Тут нас позвали в гостиную, и мы оказались в дамском обществе. Жена Лита была того же возраста, что и он, приятная дама во всех отношениях, а дочь Лита – это просто совершенство во всех смыслах. Даже не рискну давать её описание. И никогда ещё мои умственные силы не были так живы, а слова проницательны. Это был без всякого преувеличения чудеснейший вечер во всей моей жизни. Эдит, так звали дочь Лита, в разговоре почти не принимала участия, но взгляд её был направлен на меня неотрывно, и волшебное действие её красоты заставило меня напрячь все свои силы, что сдерживать растущее во мне желание сблизиться с ней как можно скорее. Между тем, выяснилась в этом разговоре и судьба моего старого дома – груда пепла наверху металлического покрытия моей тайной спальни-камеры красноречиво говорила о том, что вся деревянная постройка сгорела дотла. Сад, выросший на месте моего бывшего дома, свидетельствовал о том, что на месте моего сгоревшего дома более 50 лет был пустырь.
В 10 вечера дамы отправились спать, а мы с Литом продолжили беседу, я же при этом с ужасом думал о том часе, когда останусь один, подавленный скопом новых мыслей, страшно беспокоивших меня. И я, чтобы не молчать, стал расспрашивать Лита о том, какое разрешение они нашли для положения рабочего класса. Это была загадка сфинкса 19 века, который грозился поглотить всё общество, потому что ответ ещё не готов. В таком случае весьма удобно проспать 100 лет, пока этот ответ подоспеет.

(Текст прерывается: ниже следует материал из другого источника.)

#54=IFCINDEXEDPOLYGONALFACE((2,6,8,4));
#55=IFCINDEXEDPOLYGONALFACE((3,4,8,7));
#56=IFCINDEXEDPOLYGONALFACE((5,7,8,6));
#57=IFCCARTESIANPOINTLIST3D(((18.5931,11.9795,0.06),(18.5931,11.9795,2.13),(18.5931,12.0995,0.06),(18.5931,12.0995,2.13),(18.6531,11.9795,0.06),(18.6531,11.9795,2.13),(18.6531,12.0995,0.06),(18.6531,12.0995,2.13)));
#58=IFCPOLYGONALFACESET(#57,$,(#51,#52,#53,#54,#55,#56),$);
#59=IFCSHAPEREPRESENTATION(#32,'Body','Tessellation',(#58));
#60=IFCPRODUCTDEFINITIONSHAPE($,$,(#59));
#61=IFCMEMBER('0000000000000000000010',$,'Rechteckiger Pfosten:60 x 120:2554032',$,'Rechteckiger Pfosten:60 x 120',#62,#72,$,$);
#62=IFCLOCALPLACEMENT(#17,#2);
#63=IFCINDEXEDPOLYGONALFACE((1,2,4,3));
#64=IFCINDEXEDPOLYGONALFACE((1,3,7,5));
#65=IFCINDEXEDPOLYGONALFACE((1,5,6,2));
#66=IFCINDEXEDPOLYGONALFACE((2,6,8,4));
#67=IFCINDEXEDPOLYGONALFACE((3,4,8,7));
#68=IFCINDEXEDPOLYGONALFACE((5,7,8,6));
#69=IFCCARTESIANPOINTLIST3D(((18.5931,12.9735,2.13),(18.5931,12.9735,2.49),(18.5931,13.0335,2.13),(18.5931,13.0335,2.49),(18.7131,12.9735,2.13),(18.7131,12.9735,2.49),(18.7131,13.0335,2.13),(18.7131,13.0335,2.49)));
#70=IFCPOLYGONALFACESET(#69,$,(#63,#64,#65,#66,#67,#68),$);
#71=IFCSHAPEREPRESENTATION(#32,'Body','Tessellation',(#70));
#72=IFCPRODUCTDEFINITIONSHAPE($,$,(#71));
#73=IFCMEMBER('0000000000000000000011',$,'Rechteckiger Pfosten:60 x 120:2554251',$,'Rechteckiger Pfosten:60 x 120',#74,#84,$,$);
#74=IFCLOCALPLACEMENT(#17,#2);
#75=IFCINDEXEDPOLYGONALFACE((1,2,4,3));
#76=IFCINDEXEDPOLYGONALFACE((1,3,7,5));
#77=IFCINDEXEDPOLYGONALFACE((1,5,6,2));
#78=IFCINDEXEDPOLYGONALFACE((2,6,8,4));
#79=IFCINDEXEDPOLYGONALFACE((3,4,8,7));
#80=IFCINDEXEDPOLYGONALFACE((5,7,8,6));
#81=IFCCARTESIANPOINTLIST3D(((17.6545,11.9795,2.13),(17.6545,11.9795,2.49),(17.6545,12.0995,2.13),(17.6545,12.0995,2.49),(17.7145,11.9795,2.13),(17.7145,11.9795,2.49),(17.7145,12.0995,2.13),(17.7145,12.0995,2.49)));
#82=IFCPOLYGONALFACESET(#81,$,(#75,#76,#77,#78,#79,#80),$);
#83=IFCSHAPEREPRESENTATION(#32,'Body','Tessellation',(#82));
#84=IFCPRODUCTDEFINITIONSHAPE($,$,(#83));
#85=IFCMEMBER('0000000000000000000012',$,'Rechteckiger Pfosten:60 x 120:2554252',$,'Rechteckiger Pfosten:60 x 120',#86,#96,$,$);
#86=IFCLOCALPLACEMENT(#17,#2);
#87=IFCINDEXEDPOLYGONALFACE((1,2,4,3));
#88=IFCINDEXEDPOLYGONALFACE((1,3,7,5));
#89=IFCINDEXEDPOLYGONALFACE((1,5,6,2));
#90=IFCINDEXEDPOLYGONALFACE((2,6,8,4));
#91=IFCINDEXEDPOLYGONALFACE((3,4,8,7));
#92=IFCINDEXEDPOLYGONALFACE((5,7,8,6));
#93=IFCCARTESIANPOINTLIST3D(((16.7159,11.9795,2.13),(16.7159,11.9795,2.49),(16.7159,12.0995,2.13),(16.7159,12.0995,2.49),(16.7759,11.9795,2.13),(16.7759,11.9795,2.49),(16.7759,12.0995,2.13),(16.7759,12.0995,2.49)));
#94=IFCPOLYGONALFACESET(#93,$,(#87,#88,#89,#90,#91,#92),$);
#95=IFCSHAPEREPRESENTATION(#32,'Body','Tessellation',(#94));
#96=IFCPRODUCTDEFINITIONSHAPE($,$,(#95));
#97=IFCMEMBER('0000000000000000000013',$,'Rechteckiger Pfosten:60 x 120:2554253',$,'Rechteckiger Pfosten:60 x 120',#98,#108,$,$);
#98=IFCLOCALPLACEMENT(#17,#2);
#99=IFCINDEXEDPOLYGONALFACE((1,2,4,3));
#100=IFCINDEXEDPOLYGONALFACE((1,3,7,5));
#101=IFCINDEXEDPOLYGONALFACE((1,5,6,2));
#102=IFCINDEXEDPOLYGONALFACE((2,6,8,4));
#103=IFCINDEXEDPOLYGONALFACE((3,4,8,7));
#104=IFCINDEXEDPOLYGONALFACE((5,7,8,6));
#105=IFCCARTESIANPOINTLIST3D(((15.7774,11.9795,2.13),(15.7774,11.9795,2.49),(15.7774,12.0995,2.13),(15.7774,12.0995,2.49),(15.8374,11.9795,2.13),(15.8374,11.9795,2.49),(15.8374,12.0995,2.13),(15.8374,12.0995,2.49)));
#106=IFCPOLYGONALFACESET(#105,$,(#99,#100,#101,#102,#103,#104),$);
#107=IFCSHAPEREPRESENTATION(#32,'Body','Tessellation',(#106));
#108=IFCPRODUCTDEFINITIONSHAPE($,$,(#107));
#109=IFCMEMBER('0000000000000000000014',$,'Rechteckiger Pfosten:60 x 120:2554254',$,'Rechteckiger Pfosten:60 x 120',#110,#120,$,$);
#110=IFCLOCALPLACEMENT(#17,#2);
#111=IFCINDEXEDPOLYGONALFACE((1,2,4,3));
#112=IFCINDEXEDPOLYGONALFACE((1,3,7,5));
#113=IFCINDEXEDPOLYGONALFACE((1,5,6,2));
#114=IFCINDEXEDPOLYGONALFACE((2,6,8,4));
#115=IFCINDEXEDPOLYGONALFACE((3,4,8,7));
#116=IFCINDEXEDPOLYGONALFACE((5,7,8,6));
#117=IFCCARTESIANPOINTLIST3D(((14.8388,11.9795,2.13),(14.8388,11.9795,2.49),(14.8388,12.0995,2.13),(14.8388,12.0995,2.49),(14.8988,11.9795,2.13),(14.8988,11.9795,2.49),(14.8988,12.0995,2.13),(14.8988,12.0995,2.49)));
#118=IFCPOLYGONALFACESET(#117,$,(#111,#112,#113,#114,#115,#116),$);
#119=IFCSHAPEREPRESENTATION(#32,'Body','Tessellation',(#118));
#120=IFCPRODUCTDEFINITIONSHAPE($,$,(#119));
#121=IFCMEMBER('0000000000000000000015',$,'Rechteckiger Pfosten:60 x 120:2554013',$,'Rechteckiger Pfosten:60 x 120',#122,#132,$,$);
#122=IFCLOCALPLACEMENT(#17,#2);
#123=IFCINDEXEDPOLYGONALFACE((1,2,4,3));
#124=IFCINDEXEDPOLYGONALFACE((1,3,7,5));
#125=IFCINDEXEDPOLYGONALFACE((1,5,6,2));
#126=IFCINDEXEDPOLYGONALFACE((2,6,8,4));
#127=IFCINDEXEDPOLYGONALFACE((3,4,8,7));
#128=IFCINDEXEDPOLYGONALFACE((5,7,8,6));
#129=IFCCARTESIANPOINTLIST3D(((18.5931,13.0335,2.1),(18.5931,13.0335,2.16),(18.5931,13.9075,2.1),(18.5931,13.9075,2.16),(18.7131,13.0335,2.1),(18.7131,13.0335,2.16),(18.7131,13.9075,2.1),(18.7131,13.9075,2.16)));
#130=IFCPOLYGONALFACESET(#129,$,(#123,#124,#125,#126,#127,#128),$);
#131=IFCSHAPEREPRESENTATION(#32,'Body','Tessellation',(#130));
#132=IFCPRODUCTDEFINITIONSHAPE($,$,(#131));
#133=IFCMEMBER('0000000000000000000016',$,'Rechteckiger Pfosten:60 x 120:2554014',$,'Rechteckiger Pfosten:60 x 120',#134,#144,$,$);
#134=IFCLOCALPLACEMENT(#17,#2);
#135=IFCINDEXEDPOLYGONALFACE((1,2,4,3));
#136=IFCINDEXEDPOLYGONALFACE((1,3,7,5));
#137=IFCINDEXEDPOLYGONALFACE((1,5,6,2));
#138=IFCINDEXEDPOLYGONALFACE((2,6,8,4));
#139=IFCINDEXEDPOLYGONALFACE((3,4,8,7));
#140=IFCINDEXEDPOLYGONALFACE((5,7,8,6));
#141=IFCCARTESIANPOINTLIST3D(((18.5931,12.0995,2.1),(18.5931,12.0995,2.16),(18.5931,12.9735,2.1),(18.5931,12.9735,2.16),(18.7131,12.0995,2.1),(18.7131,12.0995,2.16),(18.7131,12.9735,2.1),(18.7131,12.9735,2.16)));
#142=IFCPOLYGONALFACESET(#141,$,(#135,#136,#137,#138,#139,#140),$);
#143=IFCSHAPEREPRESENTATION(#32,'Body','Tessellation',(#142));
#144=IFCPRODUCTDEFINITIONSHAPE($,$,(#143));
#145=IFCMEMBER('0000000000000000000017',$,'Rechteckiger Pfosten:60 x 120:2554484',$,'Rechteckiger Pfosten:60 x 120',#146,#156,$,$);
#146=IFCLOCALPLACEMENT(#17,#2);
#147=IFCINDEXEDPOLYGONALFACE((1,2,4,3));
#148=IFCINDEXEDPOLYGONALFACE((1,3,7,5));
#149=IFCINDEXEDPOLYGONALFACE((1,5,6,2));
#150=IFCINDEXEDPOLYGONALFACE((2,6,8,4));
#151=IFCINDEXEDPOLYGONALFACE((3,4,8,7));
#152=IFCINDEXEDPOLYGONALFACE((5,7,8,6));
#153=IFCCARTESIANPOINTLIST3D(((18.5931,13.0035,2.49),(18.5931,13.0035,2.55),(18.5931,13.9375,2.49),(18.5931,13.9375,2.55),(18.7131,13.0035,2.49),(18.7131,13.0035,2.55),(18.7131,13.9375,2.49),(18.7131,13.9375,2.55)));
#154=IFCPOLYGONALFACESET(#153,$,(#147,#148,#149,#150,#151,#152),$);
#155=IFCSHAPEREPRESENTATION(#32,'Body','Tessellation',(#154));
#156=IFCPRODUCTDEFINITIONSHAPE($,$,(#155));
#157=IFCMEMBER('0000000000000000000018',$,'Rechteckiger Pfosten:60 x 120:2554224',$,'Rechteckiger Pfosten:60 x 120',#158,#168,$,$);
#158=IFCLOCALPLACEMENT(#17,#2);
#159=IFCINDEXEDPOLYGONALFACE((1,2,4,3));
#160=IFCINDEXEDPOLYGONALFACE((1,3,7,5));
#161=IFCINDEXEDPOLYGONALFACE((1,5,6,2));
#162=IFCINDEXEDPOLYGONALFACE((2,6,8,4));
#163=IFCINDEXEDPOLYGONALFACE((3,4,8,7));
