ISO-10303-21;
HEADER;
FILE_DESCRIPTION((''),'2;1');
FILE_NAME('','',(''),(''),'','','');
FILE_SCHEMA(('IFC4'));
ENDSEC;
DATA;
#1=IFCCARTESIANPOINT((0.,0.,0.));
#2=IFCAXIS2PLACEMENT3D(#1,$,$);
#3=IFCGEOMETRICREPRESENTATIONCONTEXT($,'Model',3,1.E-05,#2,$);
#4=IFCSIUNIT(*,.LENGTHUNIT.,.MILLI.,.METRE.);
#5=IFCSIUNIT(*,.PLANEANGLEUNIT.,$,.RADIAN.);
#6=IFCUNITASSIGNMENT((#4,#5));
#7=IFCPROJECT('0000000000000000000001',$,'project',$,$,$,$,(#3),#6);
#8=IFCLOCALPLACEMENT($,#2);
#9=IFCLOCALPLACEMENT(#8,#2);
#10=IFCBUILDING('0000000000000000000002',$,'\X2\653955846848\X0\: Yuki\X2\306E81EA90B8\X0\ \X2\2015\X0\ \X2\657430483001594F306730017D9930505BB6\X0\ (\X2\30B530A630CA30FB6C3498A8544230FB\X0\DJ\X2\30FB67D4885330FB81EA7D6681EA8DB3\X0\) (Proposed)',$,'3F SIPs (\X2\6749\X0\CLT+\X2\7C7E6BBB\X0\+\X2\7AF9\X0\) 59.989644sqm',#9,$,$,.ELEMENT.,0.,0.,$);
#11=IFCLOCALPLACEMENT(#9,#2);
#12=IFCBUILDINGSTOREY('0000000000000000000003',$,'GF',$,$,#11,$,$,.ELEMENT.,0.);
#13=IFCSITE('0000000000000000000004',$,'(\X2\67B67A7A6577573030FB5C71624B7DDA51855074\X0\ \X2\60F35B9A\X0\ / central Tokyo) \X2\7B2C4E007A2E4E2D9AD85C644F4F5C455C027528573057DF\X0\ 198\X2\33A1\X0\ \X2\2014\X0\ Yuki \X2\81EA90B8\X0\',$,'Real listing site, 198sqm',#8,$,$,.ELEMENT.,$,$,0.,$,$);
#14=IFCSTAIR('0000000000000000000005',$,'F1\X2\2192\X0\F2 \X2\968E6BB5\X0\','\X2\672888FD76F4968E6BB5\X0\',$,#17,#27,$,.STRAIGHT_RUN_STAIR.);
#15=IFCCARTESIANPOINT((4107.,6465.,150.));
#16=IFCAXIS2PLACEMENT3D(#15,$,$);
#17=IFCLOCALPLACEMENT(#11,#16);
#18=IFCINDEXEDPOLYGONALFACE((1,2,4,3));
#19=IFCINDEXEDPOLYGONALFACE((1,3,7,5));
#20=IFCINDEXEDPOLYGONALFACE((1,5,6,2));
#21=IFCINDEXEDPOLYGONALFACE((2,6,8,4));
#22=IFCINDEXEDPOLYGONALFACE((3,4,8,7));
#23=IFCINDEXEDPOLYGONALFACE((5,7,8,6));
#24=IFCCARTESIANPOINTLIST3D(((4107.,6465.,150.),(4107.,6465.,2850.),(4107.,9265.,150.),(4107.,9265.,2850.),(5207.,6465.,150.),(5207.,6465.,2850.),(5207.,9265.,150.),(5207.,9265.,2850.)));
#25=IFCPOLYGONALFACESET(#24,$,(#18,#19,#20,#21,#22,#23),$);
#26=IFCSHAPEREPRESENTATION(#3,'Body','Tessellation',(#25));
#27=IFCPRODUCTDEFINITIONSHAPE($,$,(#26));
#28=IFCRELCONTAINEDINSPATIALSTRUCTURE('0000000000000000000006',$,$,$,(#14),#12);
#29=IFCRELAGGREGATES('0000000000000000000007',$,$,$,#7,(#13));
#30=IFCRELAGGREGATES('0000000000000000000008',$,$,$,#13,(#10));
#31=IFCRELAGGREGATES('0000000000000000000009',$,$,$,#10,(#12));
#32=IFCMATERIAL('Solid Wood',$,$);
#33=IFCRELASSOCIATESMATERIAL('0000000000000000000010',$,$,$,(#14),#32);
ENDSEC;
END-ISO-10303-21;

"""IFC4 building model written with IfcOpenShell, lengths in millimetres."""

from ifc_helpers import new_model, si_unit, frame, frame_2d, origin, place, context, project, spatial, rectangle, extrude, material, element, save


model = new_model("IFC4")

# Units and contexts
model_context = context("Model", 3, precision=1e-05, world=origin())
ifc_project = project(units=[si_unit("LENGTHUNIT", "METRE", prefix="MILLI"), si_unit("PLANEANGLEUNIT", "RADIAN")], contexts=[model_context])

# Site, building, storey
site_placement = place(None, origin())
site = spatial("IfcSite", under=ifc_project, at=site_placement, Name="(架空敷地・山手線内側 想定 / central Tokyo) 第一種中高層住居専用地域 198㎡ — Yuki 自邸", ObjectType="Real listing site, 198sqm", CompositionType="ELEMENT", RefElevation=0.0)
building_placement = place(site_placement, origin())
building = spatial("IfcBuilding", under=site, at=building_placement, Name="改善案: Yukiの自邸 ― 整え、奏で、継ぐ家 (サウナ・水風呂・DJ・柔術・自給自足) (Proposed)", ObjectType="3F SIPs (杉CLT+籾殻+竹) 59.989644sqm", CompositionType="ELEMENT", ElevationOfRefHeight=0.0, ElevationOfTerrain=0.0)
storey_placement = place(building_placement, origin())
storey = spatial("IfcBuildingStorey", under=building, at=storey_placement, Name="GF", CompositionType="ELEMENT", Elevation=0.0)

# Shared definitions
ifc_material_1 = material(Name="Solid Wood")

# Stair
stair_placement = place(storey_placement, frame((4107.0, 6465.0, 150.0)))
element("IfcStair", 1, at=stair_placement, inside=storey, material=ifc_material_1, Name="F1→F2 階段", Description="木製直階段", PredefinedType="STRAIGHT_RUN_STAIR", context=model_context, shape_type="SweptSolid", body=[
    extrude(rectangle(XDim=1100.0, YDim=2800.0, at=frame_2d((550.0, 1400.0))), frame((4107.0, 6465.0, 150.0)), (0.0, 0.0, 1.0), 2700.0),
])

save(model, "model.ifc")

Впрочем, обществу и решать ничего пришлось – загадка сама по себе и разъяснились - в промышленной революции, хотя в 1887 году такая эволюция не признавалась. «Удивительная слепота!» - воскликнул Лит по поводу отсутствия в нашего общества даже проблеском политико-социальной прозорливости. – «Да, наше общество как бы потеряло якорь, всех несло по течению, и мы больше всего опасались подводных скал! У нас даже была пословица: «Оглядываться назад гораздо полезнее, чем всё время смотреть вперед. Больше всего нас пугали непрекращающиеся стачки, которые устраивали толпы рабочих!» – ответил я. – «Ну, это следствие возникновения высокой концентрации капитала, - сказал Лит. - Пока было множество мелких предпринимателей, каждый был занят своим делом, а когда крупные стали поглощать мелких, рабочие оказались в большинстве в этом противостоянии. Люди стали понимать, что большие предприятия готовят для них иго куда более страшное, чем множество мелких собственников. Надвигалась эпоха корпоративной тирании, безжалостной и жесткой, а пот ому, в конце концов, бессмысленной. Уже почти всё находилось под контролем синдикатов. В Америке уже невозможно было начать дело без большого капитала.